## Your instructions:
Lines from the line with "FILE_SCHEMA(('IFC4X3_ADD2'));" to the line with "#27=IFCINDEXEDPOLYGONALFACE((1,3,13,5));" in the entries below, and only those, must be output exactly, with both ends included.

## Provided records:
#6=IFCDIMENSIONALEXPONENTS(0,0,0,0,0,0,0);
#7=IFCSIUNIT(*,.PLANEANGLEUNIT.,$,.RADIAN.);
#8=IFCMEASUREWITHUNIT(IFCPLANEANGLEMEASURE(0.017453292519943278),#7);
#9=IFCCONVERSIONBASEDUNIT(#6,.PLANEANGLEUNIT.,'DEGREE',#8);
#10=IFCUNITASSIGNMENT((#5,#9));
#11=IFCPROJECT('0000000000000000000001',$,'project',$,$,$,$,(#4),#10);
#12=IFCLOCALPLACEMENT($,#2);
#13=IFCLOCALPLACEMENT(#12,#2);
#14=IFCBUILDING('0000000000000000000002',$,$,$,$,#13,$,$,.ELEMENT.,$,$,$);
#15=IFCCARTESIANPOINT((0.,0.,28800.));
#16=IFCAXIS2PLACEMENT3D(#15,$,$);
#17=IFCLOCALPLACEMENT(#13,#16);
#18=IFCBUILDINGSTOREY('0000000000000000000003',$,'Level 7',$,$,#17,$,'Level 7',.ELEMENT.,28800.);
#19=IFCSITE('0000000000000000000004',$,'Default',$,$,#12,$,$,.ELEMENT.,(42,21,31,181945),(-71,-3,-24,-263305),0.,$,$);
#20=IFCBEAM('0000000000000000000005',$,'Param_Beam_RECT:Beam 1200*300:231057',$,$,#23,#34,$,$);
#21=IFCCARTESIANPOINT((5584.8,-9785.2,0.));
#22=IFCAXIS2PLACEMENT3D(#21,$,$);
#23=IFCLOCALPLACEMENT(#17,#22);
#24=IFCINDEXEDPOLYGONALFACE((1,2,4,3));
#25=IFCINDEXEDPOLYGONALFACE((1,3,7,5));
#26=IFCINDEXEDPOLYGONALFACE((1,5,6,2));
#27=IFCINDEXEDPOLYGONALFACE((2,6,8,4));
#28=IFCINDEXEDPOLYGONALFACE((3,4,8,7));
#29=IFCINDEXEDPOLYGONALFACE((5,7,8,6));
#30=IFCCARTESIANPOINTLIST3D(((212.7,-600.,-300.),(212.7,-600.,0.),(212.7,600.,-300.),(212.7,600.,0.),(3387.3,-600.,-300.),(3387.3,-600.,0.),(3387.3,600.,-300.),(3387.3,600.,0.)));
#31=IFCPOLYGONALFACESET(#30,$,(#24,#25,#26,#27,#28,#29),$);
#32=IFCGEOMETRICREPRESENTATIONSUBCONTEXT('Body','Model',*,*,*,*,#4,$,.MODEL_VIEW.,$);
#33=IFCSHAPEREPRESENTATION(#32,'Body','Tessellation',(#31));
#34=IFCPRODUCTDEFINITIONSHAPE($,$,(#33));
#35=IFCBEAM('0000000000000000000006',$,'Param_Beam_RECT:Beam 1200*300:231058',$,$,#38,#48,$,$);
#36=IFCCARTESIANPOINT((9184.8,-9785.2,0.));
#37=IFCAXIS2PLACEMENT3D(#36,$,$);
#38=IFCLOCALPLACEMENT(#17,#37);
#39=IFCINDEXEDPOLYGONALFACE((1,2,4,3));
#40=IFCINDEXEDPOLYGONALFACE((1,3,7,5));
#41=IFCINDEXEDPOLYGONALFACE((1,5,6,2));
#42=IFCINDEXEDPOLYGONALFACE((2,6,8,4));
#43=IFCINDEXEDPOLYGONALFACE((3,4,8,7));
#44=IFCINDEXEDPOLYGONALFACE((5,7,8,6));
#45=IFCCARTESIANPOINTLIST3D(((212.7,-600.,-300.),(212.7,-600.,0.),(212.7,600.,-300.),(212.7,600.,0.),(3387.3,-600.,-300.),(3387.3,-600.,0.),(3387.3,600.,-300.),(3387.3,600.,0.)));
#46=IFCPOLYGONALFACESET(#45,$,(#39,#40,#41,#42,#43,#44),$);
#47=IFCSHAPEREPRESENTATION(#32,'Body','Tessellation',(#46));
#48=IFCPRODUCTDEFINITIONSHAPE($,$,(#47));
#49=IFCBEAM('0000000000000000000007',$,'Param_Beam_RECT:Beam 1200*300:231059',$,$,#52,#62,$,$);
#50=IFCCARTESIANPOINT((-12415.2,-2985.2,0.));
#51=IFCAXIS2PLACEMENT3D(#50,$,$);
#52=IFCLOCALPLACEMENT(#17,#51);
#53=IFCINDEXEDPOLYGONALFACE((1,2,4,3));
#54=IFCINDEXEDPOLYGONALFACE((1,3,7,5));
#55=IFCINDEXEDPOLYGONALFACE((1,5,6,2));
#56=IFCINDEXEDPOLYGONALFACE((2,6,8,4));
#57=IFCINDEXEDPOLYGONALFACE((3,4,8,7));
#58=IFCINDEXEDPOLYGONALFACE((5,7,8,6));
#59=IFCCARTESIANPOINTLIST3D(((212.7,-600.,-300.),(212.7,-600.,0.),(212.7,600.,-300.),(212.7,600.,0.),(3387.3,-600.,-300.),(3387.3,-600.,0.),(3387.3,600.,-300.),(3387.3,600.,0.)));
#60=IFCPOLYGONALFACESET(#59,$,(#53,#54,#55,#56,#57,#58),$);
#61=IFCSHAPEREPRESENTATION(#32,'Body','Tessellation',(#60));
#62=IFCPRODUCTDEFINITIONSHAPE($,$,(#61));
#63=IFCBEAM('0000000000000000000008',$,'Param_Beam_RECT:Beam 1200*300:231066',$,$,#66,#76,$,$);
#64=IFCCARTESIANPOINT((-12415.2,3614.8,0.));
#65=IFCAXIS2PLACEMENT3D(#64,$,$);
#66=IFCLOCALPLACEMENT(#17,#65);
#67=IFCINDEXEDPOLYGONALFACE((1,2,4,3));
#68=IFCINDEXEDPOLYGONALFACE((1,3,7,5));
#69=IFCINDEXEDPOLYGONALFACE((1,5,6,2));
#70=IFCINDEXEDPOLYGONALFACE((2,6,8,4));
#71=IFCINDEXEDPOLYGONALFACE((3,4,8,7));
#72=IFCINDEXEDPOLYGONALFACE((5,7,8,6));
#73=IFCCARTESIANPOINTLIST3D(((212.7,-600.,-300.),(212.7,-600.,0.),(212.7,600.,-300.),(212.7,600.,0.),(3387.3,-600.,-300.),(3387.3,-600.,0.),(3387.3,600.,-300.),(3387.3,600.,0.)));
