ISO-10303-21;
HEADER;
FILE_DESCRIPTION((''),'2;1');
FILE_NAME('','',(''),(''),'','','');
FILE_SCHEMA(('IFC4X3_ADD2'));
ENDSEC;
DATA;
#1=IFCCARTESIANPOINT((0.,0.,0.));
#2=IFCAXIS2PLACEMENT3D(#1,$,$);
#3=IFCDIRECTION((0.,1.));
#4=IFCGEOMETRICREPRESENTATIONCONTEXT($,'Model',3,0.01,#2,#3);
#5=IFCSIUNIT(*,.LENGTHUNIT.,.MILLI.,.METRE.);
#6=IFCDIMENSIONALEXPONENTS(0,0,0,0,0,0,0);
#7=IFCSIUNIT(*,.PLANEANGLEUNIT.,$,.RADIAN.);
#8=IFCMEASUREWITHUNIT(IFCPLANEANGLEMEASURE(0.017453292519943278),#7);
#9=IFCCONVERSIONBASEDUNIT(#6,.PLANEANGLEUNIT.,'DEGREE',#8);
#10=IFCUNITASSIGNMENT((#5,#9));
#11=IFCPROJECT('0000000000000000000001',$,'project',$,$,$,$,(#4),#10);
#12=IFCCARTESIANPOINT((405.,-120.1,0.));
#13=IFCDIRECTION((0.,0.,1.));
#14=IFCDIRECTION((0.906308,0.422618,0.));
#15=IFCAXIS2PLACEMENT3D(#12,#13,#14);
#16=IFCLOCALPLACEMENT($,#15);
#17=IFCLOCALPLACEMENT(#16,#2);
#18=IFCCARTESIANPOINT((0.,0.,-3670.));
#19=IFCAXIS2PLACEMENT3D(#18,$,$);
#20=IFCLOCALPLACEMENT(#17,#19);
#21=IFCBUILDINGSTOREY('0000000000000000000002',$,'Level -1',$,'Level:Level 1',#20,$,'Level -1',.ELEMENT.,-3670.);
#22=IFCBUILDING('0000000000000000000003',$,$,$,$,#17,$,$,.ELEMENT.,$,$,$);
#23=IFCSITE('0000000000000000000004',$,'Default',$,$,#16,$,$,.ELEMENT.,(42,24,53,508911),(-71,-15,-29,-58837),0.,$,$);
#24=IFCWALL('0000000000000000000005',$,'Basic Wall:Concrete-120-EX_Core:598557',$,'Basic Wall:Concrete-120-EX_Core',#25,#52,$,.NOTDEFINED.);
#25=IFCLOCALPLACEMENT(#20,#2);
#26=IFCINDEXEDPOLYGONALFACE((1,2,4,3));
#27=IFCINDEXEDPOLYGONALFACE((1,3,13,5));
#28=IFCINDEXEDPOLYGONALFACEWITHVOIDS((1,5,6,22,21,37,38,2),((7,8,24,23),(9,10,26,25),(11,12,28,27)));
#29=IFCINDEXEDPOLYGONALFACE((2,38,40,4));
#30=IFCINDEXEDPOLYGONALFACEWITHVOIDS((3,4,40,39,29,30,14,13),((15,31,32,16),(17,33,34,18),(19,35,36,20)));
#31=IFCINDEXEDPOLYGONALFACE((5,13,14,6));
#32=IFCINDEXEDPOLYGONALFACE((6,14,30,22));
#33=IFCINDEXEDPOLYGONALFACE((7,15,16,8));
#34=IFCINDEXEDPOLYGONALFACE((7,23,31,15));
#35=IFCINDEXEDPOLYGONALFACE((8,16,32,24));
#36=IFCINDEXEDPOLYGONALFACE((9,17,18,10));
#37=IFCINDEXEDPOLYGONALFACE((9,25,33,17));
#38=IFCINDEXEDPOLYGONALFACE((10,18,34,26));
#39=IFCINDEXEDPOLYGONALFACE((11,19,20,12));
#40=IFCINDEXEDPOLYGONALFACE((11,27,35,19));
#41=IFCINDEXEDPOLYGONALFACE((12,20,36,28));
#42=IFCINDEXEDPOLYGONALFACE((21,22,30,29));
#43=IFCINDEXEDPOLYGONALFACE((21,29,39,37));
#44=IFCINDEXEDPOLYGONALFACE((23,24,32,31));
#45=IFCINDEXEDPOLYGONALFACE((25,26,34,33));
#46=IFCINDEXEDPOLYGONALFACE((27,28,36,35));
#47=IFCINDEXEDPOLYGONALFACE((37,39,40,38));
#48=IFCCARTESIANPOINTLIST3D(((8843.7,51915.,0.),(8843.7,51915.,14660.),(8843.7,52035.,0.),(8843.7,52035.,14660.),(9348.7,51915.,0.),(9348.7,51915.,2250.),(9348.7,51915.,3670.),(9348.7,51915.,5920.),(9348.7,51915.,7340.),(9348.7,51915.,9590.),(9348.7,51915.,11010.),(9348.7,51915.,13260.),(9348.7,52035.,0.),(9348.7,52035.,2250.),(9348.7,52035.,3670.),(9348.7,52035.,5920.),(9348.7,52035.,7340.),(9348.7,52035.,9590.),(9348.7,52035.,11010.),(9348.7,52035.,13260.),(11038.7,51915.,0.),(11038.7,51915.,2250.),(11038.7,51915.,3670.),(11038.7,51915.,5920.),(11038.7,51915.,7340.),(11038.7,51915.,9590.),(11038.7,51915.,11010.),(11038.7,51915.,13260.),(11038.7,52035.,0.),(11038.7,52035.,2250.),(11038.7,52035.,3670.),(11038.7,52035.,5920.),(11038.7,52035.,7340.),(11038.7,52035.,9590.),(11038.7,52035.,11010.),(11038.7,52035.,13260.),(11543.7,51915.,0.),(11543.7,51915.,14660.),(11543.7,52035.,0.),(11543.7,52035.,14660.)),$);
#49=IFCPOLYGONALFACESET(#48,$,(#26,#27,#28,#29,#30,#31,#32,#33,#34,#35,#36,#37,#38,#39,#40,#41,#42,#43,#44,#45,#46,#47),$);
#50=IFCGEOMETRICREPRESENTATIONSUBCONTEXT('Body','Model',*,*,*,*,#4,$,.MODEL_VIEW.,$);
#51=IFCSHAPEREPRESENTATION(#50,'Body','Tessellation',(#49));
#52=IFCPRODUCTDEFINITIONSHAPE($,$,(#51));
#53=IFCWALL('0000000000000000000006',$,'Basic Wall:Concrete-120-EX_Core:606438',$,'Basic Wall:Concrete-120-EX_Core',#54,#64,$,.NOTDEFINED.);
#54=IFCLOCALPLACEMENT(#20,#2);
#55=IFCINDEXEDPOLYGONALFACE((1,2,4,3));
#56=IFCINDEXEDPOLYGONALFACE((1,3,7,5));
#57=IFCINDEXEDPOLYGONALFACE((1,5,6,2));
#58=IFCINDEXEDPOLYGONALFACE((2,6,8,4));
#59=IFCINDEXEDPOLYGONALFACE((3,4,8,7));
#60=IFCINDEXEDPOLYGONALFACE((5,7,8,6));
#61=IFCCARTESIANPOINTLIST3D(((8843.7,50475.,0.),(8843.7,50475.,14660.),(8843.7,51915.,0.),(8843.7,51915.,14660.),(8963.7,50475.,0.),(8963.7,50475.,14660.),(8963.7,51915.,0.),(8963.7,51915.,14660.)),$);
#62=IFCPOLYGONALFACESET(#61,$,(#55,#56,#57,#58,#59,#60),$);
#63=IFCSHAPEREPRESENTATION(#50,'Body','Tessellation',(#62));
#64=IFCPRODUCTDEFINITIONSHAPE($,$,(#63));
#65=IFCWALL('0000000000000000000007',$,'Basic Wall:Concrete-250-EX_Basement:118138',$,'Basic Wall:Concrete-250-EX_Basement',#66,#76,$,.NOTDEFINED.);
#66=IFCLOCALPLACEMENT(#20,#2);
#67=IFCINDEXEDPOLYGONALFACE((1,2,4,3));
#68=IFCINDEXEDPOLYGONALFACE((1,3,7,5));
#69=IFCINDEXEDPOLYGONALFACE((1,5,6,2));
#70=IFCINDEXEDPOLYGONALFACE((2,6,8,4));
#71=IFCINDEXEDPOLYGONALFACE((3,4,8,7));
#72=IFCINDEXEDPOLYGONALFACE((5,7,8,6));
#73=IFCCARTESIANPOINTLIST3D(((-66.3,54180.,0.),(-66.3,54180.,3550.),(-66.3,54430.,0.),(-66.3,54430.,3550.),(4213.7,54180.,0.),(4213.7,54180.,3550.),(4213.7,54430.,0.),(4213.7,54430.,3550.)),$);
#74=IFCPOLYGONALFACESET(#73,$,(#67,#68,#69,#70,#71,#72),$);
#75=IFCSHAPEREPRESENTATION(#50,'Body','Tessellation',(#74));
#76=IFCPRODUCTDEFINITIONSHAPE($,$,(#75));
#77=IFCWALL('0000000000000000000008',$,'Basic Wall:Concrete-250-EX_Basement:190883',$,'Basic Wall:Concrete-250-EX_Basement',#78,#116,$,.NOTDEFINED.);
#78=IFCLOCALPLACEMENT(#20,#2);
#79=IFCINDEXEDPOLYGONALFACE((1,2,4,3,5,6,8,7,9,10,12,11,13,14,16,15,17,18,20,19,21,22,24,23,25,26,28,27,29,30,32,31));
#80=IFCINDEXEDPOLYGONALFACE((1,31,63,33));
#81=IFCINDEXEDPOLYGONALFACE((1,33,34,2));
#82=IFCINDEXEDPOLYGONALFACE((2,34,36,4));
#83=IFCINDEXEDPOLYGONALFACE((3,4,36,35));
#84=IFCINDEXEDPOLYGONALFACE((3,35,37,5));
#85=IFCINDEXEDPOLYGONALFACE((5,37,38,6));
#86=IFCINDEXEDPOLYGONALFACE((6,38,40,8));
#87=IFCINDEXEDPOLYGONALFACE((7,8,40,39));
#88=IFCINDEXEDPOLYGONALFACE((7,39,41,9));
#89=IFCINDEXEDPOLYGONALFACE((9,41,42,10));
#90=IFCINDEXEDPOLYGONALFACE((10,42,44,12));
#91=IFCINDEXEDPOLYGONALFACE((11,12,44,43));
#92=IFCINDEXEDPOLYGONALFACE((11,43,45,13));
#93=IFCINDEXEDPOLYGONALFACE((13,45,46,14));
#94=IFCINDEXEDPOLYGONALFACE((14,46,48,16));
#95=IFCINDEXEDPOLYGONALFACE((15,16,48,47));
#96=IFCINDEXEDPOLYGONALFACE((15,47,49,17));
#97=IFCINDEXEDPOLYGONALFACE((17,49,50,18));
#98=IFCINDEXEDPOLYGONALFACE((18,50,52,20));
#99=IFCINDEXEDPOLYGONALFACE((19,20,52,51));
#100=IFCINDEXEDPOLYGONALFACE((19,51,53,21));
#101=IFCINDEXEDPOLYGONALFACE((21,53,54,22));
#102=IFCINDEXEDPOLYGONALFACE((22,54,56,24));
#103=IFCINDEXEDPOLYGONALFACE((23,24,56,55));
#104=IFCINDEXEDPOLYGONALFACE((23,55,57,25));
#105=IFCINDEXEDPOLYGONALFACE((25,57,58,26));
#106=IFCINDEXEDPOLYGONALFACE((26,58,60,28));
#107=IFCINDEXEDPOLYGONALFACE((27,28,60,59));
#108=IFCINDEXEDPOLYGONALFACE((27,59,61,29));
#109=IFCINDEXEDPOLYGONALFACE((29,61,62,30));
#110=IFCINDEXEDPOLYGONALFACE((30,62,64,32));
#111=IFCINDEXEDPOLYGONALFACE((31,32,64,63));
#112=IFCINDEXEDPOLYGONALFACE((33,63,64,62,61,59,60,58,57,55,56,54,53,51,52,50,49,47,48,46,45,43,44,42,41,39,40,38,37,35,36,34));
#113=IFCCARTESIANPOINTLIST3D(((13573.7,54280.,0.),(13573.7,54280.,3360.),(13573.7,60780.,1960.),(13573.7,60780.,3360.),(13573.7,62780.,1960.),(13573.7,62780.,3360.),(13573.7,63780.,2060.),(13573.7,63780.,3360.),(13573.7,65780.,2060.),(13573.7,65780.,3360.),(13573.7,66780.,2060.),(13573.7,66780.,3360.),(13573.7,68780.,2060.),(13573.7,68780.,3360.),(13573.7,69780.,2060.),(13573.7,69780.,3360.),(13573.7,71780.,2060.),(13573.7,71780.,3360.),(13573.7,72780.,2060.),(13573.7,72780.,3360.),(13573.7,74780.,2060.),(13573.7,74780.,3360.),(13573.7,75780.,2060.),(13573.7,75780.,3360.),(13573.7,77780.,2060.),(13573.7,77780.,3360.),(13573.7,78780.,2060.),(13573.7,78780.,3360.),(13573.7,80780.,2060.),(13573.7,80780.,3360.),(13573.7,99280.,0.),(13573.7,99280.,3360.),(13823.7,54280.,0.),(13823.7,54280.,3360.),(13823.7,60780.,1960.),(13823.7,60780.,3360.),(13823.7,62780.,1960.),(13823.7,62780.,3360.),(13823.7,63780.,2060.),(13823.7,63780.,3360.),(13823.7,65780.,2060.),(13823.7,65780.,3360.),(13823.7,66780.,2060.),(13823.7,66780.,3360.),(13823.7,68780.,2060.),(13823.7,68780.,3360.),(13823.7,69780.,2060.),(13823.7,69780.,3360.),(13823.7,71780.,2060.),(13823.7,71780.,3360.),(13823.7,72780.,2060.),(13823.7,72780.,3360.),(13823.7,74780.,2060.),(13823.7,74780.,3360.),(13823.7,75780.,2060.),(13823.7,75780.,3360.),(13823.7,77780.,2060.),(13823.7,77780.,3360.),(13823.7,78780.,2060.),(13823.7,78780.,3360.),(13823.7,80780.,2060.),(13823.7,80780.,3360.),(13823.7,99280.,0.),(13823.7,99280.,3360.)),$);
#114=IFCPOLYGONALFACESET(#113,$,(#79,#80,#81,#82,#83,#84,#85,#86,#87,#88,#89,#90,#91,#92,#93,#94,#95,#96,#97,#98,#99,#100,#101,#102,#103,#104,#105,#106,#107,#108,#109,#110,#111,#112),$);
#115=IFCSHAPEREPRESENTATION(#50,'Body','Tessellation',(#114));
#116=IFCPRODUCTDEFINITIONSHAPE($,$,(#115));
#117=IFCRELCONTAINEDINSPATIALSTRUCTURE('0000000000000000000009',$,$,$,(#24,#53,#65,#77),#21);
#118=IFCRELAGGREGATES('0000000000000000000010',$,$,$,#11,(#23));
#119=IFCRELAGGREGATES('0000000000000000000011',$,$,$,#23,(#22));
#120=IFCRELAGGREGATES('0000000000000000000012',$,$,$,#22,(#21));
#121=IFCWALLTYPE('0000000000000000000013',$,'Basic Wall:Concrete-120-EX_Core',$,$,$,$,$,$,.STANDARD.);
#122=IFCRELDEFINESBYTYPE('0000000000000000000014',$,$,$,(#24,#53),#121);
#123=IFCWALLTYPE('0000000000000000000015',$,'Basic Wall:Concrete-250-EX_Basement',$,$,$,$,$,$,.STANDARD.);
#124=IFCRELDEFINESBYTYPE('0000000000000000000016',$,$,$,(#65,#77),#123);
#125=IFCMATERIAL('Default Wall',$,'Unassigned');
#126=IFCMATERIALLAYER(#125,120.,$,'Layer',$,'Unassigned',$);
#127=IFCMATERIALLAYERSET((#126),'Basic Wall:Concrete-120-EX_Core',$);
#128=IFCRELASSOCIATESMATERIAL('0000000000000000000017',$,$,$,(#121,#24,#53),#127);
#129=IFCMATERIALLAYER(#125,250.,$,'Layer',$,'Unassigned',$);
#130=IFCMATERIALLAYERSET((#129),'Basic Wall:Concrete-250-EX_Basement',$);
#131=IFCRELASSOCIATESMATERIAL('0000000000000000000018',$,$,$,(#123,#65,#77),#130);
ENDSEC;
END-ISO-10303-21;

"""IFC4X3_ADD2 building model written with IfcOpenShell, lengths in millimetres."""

from ifc_helpers import new_model, entity, si_unit, converted_unit, direction, frame, frame_2d, origin, place, context, subcontext, project, spatial, rectangle, extrude, material, layer, layer_set, type_object, element, save


model = new_model("IFC4X3_ADD2")

# Units and contexts
model_context = context("Model", 3, precision=0.01, world=origin(), true_north=direction((0.0, 1.0)))
body_context = subcontext(model_context, "Body", "Model", "MODEL_VIEW")
ifc_project = project(units=[si_unit("LENGTHUNIT", "METRE", prefix="MILLI"), converted_unit("PLANEANGLEUNIT", "DEGREE", entity("IfcPlaneAngleMeasure", 0.017453292519943278), si_unit("PLANEANGLEUNIT", "RADIAN"), dimensions=[0, 0, 0, 0, 0, 0, 0])], contexts=[model_context])

# Site, building, storey
site_placement = place(None, frame((405.0, -120.1, 0.0), z_axis=(0.0, 0.0, 1.0), x_axis=(0.906308, 0.422618, 0.0)))
site = spatial("IfcSite", under=ifc_project, at=site_placement, Name="Default", CompositionType="ELEMENT", RefLatitude=(42, 24, 53, 508911), RefLongitude=(-71, -15, -29, -58837), RefElevation=0.0)
building_placement = place(site_placement, origin())
building = spatial("IfcBuilding", under=site, at=building_placement, CompositionType="ELEMENT")
storey_placement = place(building_placement, frame((0.0, 0.0, -3670.0)))
storey = spatial("IfcBuildingStorey", under=building, at=storey_placement, Name="Level -1", ObjectType="Level:Level 1", LongName="Level -1", CompositionType="ELEMENT", Elevation=-3670.0)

## Result for this task:
FILE_SCHEMA(('IFC4X3_ADD2'));
ENDSEC;
DATA;
#1=IFCCARTESIANPOINT((0.,0.,0.));
#2=IFCAXIS2PLACEMENT3D(#1,$,$);
#3=IFCDIRECTION((0.,1.));
#4=IFCGEOMETRICREPRESENTATIONCONTEXT($,'Model',3,0.01,#2,#3);
#5=IFCSIUNIT(*,.LENGTHUNIT.,.MILLI.,.METRE.);
#6=IFCDIMENSIONALEXPONENTS(0,0,0,0,0,0,0);
#7=IFCSIUNIT(*,.PLANEANGLEUNIT.,$,.RADIAN.);
#8=IFCMEASUREWITHUNIT(IFCPLANEANGLEMEASURE(0.017453292519943278),#7);
#9=IFCCONVERSIONBASEDUNIT(#6,.PLANEANGLEUNIT.,'DEGREE',#8);
#10=IFCUNITASSIGNMENT((#5,#9));
#11=IFCPROJECT('0000000000000000000001',$,'project',$,$,$,$,(#4),#10);
#12=IFCCARTESIANPOINT((405.,-120.1,0.));
#13=IFCDIRECTION((0.,0.,1.));
#14=IFCDIRECTION((0.906308,0.422618,0.));
#15=IFCAXIS2PLACEMENT3D(#12,#13,#14);
#16=IFCLOCALPLACEMENT($,#15);
#17=IFCLOCALPLACEMENT(#16,#2);
#18=IFCCARTESIANPOINT((0.,0.,-3670.));
#19=IFCAXIS2PLACEMENT3D(#18,$,$);
#20=IFCLOCALPLACEMENT(#17,#19);
#21=IFCBUILDINGSTOREY('0000000000000000000002',$,'Level -1',$,'Level:Level 1',#20,$,'Level -1',.ELEMENT.,-3670.);
#22=IFCBUILDING('0000000000000000000003',$,$,$,$,#17,$,$,.ELEMENT.,$,$,$);
#23=IFCSITE('0000000000000000000004',$,'Default',$,$,#16,$,$,.ELEMENT.,(42,24,53,508911),(-71,-15,-29,-58837),0.,$,$);
#24=IFCWALL('0000000000000000000005',$,'Basic Wall:Concrete-120-EX_Core:598557',$,'Basic Wall:Concrete-120-EX_Core',#25,#52,$,.NOTDEFINED.);
#25=IFCLOCALPLACEMENT(#20,#2);
#26=IFCINDEXEDPOLYGONALFACE((1,2,4,3));
#27=IFCINDEXEDPOLYGONALFACE((1,3,13,5));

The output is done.